Say you're a 24-year-old man with muscles sculpted by hours in the gym. You're driving, alone, on a rural road, at 2 a.m., and a tire blows.

As you're changing the flat, you're approached by a knife-wielding man who demands money and threatens to kill. Are you justified in pulling your concealed handgun and shooting the assailant?

Say you're a woman, 5-feet, 4-inches tall and 120 pounds, and you're in the same situation. The attacker is that 24-year-old man with sculpted muscles. Are you justified in pulling your concealed handgun and firing?

As instructors for Kansas' concealed handgun curriculum will tell you, along with the right to carry that hidden gun comes the responsibility to judge situations and decide when it should be used.
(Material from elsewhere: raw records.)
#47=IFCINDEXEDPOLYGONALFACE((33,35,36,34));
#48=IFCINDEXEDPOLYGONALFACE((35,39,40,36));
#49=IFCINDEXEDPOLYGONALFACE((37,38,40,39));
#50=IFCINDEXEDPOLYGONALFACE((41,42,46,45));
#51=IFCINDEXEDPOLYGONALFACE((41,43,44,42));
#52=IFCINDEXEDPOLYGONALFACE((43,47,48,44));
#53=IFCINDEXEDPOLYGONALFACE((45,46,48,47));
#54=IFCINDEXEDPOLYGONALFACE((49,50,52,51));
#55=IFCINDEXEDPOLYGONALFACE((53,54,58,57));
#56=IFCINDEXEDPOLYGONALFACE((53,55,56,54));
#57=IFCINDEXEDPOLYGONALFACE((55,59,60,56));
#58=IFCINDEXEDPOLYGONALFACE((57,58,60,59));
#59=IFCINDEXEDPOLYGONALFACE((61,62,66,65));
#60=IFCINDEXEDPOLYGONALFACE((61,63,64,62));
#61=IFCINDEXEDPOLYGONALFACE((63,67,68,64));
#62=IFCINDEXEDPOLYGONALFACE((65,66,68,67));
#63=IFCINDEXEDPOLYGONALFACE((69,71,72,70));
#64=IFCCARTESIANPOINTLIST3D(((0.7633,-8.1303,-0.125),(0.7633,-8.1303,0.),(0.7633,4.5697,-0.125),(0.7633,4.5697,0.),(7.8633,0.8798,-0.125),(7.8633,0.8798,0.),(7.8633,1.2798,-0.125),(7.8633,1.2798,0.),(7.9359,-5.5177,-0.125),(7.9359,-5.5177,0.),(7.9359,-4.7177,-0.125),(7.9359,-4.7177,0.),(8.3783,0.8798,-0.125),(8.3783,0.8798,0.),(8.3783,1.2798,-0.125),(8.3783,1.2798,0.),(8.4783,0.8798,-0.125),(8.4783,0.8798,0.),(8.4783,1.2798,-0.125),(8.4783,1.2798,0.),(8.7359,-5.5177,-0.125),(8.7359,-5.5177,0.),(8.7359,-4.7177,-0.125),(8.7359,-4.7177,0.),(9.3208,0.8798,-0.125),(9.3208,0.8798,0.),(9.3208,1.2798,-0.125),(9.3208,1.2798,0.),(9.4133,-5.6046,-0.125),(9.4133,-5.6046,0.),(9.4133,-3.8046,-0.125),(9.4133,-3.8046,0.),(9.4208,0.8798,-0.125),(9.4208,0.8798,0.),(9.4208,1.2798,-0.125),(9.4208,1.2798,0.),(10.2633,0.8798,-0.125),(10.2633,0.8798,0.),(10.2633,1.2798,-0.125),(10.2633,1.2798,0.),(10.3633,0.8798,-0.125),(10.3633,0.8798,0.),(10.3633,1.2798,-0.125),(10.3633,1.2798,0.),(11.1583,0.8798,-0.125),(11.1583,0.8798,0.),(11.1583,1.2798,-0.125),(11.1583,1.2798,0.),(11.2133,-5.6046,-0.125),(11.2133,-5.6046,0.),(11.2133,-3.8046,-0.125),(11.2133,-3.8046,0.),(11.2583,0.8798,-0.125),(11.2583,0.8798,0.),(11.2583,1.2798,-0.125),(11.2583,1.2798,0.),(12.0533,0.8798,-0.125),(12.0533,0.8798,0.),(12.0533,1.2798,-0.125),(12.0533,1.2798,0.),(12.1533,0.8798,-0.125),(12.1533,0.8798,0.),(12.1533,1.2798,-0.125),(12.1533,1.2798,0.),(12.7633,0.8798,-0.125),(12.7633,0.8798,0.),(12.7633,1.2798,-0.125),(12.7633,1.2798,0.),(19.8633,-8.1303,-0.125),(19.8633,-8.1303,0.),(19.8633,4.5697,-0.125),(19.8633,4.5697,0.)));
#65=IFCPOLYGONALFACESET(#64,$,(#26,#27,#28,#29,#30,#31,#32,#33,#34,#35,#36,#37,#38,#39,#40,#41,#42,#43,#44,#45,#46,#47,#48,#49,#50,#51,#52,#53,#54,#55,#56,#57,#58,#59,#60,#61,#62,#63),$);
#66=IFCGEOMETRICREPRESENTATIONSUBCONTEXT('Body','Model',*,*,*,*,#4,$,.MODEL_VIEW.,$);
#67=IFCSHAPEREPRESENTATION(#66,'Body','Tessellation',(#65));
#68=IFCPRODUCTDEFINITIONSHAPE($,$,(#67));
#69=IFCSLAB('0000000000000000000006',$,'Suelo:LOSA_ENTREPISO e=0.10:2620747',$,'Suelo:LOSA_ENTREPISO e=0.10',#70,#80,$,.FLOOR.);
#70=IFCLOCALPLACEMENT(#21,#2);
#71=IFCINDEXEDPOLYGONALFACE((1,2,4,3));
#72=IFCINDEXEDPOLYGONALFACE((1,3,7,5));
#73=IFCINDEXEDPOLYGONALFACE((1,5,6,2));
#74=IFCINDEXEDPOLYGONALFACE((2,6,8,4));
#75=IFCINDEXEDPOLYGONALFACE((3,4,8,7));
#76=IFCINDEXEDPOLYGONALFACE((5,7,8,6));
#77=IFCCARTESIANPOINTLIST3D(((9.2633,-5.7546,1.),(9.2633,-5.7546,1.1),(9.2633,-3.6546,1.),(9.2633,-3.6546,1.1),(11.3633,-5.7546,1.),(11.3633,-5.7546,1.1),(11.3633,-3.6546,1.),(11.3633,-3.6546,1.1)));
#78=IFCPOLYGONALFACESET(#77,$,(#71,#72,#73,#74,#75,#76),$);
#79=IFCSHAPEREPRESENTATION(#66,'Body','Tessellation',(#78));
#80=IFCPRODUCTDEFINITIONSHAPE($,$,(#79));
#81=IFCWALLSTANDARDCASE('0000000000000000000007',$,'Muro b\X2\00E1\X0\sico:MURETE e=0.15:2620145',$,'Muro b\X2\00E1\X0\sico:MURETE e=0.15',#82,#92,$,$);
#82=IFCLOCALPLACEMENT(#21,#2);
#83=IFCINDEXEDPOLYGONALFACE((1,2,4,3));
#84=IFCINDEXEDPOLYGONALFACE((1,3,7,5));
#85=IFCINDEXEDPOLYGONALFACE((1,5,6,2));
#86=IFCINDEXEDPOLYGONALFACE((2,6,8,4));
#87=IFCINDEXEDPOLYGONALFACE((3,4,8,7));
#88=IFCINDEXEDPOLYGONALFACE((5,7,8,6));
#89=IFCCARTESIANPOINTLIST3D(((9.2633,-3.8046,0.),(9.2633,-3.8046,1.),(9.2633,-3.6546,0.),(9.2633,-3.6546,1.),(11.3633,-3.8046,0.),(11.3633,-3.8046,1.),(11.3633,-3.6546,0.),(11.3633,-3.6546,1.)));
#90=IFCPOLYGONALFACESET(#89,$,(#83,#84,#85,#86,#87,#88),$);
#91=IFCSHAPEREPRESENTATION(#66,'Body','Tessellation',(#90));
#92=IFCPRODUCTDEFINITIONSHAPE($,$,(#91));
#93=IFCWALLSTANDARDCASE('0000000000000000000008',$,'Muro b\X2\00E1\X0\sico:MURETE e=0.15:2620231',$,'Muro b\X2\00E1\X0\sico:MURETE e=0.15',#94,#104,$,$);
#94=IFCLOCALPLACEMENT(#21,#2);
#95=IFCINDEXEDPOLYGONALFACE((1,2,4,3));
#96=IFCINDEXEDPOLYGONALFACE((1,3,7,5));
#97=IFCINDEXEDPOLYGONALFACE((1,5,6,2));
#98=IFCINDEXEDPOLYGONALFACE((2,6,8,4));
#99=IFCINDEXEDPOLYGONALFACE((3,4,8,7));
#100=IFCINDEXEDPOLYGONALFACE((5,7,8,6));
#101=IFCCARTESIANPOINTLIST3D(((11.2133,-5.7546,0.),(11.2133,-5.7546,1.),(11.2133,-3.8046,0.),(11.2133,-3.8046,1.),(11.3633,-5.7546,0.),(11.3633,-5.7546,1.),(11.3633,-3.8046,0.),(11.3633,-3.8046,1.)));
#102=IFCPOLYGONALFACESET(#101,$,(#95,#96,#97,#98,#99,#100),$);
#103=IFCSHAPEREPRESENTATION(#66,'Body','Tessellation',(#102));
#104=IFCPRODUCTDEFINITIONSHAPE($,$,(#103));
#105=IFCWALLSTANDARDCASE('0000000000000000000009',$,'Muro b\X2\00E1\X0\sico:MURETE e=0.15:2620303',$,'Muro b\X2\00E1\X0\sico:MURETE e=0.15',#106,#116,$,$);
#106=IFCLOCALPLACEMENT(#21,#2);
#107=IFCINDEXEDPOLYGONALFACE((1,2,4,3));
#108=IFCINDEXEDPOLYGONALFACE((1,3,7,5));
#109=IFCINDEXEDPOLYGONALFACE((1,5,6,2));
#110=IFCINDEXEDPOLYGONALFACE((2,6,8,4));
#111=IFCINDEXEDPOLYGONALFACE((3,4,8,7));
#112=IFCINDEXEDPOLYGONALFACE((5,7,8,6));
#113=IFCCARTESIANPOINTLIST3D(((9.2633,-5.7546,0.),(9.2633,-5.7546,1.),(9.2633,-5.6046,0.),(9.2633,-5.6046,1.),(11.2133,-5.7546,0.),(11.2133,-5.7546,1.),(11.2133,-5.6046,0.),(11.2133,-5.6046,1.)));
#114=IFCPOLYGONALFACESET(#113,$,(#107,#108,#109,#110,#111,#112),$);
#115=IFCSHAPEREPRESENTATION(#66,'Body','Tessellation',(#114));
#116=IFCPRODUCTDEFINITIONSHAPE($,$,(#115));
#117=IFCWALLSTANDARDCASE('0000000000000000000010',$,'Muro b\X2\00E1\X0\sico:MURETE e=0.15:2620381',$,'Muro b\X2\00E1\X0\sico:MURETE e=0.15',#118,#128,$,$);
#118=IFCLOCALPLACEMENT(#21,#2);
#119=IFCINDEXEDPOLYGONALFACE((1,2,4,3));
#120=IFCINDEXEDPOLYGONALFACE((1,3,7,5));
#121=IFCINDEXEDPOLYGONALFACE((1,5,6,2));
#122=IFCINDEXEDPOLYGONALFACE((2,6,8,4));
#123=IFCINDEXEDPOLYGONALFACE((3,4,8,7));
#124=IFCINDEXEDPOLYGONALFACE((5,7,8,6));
And in many situations, they say, it's not an easy call.

"As far as anyone determining exactly when it's appropriate, that's probably a best guess on most people's part," said Chuck Sexson, director of the concealed carry program for the Kansas Attorney General's Office.
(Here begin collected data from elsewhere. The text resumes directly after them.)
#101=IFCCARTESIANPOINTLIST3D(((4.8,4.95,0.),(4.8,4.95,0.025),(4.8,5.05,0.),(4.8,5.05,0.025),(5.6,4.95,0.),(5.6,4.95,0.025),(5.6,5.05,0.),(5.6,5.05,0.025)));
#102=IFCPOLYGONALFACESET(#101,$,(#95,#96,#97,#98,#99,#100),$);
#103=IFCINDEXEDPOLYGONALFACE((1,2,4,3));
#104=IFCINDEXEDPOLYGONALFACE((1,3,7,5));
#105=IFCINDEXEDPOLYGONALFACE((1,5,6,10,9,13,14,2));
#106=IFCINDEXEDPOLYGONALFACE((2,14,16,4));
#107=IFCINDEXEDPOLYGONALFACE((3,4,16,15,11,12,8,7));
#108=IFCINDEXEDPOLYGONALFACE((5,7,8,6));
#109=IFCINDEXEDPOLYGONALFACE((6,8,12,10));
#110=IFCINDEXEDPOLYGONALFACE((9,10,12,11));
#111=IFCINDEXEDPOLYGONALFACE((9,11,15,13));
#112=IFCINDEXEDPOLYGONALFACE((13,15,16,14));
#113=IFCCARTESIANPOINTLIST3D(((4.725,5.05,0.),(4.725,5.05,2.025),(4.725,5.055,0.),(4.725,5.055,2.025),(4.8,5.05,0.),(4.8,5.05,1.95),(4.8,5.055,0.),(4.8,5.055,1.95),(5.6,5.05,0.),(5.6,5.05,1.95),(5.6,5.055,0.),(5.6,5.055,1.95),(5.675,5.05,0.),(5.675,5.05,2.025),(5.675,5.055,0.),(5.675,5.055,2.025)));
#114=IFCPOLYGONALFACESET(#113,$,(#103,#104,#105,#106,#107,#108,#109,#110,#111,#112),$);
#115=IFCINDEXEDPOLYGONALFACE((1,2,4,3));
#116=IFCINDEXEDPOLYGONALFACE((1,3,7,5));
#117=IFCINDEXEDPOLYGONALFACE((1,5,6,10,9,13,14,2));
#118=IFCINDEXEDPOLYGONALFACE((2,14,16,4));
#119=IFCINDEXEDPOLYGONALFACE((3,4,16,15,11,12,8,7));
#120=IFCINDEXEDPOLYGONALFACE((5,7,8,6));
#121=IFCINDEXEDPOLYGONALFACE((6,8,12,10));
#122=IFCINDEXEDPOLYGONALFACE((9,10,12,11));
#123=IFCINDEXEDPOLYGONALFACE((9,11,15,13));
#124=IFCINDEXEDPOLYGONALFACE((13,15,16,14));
Nearly 4,900 people have applied for Kansas concealed handgun permits, with about 100 of those being from Saline County.

Any Kansan who wants to apply for a license to carry a concealed handgun is required to first pass an eight-hour course taught by a state-certified instructor. Almost half of that day of training is dedicated to the use of deadly force and its aftermath.
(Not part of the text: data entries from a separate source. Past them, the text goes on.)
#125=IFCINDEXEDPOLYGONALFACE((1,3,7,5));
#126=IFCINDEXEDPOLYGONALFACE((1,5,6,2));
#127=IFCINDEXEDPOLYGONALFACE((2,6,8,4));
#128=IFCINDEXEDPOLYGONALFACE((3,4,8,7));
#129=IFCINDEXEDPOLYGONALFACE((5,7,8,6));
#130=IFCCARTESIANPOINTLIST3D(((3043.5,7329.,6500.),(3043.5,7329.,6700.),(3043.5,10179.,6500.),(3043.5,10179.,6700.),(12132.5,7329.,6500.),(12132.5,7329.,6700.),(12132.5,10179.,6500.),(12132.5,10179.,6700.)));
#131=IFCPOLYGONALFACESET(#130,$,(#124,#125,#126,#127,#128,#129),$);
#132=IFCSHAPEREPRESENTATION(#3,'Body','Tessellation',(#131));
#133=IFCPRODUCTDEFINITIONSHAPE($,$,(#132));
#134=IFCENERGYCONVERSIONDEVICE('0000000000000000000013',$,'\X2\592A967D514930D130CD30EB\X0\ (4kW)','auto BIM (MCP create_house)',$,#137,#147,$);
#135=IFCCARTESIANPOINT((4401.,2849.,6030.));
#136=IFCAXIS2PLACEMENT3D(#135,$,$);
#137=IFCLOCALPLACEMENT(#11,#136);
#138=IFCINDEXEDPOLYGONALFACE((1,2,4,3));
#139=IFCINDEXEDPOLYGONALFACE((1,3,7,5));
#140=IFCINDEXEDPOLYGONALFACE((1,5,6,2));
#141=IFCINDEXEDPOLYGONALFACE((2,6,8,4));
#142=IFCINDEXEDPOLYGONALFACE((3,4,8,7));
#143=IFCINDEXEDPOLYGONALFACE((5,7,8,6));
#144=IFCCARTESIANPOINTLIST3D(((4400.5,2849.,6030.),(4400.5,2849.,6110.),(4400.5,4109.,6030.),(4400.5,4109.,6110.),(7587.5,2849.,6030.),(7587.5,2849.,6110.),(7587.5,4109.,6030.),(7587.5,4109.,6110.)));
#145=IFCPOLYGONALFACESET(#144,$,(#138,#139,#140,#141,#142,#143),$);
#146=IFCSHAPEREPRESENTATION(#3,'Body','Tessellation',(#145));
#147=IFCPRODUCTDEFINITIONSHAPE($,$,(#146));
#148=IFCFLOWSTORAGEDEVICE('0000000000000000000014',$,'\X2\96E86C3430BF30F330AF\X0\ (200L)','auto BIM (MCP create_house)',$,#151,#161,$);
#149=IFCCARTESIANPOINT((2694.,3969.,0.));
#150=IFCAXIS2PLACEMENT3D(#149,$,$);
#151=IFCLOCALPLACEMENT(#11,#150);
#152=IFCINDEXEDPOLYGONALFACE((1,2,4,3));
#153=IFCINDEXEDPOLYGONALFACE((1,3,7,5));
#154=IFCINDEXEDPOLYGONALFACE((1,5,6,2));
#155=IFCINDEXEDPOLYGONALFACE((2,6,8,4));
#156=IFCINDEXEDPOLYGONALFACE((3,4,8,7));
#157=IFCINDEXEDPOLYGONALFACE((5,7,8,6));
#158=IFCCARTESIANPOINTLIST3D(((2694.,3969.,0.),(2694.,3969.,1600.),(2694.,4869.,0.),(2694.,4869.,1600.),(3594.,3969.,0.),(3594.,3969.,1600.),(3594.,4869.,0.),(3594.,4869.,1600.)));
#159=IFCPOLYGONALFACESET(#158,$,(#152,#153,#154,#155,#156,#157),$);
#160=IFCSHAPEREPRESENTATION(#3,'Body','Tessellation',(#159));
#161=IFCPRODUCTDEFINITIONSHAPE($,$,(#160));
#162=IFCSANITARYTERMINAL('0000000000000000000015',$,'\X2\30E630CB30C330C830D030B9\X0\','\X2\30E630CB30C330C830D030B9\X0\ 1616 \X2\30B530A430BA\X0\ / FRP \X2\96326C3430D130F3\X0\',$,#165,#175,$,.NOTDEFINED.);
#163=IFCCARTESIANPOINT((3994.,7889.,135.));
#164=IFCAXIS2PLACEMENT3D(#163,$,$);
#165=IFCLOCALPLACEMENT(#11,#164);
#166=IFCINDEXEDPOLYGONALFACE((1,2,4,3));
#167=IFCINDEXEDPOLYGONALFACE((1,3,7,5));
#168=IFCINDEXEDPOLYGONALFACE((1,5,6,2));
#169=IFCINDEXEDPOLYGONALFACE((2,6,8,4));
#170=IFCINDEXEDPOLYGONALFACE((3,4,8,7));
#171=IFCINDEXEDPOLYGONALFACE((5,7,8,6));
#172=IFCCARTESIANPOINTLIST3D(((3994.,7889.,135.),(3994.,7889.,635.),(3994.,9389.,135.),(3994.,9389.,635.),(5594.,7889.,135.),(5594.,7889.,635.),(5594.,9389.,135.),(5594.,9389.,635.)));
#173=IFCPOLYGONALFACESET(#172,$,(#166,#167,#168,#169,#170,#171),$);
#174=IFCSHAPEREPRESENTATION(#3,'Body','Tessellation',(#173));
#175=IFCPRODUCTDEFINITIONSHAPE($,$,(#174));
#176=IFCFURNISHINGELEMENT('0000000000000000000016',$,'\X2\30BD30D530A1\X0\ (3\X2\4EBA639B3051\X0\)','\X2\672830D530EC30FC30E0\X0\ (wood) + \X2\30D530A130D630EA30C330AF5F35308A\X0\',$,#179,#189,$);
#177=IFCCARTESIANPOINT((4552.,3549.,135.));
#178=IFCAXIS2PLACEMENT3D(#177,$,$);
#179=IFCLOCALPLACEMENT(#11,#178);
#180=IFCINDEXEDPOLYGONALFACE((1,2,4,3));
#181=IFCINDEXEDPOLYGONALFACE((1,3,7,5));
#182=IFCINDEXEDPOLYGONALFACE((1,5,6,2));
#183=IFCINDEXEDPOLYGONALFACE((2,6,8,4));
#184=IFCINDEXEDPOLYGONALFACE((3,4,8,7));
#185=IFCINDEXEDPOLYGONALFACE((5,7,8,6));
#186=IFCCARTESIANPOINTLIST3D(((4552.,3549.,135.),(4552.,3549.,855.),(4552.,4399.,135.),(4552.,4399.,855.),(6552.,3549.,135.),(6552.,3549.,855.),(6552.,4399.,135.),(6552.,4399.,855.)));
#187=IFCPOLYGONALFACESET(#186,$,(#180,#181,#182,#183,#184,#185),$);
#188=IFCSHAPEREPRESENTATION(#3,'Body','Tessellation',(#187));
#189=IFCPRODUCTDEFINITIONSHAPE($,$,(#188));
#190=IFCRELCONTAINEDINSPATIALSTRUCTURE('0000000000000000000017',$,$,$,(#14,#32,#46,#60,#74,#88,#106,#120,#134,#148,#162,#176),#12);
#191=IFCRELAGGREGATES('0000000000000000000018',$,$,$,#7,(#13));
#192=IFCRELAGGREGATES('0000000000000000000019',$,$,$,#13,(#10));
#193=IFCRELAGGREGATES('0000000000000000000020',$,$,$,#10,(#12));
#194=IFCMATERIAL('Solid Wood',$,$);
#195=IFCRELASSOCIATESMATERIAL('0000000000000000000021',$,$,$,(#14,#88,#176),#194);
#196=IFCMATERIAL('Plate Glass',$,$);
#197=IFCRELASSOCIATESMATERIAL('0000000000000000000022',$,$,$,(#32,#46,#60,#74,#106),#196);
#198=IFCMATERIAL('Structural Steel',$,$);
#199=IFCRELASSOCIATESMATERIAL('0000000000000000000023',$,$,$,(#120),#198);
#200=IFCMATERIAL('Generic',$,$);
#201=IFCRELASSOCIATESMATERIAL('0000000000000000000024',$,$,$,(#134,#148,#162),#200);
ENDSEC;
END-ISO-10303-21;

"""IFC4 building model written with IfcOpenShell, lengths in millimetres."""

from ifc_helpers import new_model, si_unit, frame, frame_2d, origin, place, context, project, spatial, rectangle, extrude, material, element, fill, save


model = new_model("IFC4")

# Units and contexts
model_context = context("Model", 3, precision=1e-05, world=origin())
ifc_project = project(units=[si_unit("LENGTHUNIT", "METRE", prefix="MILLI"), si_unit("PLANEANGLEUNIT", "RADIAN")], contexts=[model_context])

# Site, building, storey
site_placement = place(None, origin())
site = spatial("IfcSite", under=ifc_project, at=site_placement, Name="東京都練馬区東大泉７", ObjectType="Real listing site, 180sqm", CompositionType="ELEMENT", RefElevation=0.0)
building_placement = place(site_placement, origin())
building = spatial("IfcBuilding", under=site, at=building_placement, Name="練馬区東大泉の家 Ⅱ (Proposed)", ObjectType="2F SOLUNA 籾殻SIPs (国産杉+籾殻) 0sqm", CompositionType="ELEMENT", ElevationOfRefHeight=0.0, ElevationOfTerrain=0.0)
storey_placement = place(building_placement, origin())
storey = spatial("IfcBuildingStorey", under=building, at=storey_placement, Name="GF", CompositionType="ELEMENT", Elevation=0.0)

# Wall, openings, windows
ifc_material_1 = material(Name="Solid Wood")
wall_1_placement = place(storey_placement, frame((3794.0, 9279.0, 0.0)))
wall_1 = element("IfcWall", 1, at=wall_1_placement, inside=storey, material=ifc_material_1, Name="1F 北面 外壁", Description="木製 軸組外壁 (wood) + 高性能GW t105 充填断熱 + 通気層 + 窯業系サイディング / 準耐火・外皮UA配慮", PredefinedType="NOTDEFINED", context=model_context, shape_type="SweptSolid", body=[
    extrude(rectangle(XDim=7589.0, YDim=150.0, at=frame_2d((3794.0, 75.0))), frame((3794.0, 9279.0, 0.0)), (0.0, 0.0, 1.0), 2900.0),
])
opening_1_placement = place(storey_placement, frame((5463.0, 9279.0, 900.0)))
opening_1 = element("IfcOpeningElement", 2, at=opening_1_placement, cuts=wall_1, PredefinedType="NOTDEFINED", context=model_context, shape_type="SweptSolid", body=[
"It exposes them to the law on the use of deadly force, and part of it has

to do with preparedness for confrontations," Sexson said.

*The statutes*

Kansas Statute 21-3211 says a person is justified in the use of force when "such person reasonably believes that such force is necessary to defend such person or a third person against such other's imminent use of unlawful force."

It goes on to say the person is justified if he or she "reasonably believes deadly force is necessary to prevent imminent death or great bodily harm to such person or a third person," and when "force is necessary to prevent or terminate such other's unlawful entry into or attack upon such person's dwelling or occupied vehicle."

The statute also says a person is justified in the use of deadly force "to prevent or terminate unlawful entry into or attack upon any dwelling or occupied vehicle if such person reasonably believes deadly force is necessary to prevent imminent death or great bodily harm to such person or another."

*If you can, run away *

Sexson notes that Kansas law was changed to emphasize that a person is not required to attempt to retreat from a situation. In fact, the law says a person "has the right to stand such person's ground and meet force with force."

Nonetheless, instructor Robert Muir of Salina says he suggests that his students run, if possible, instead of shoot.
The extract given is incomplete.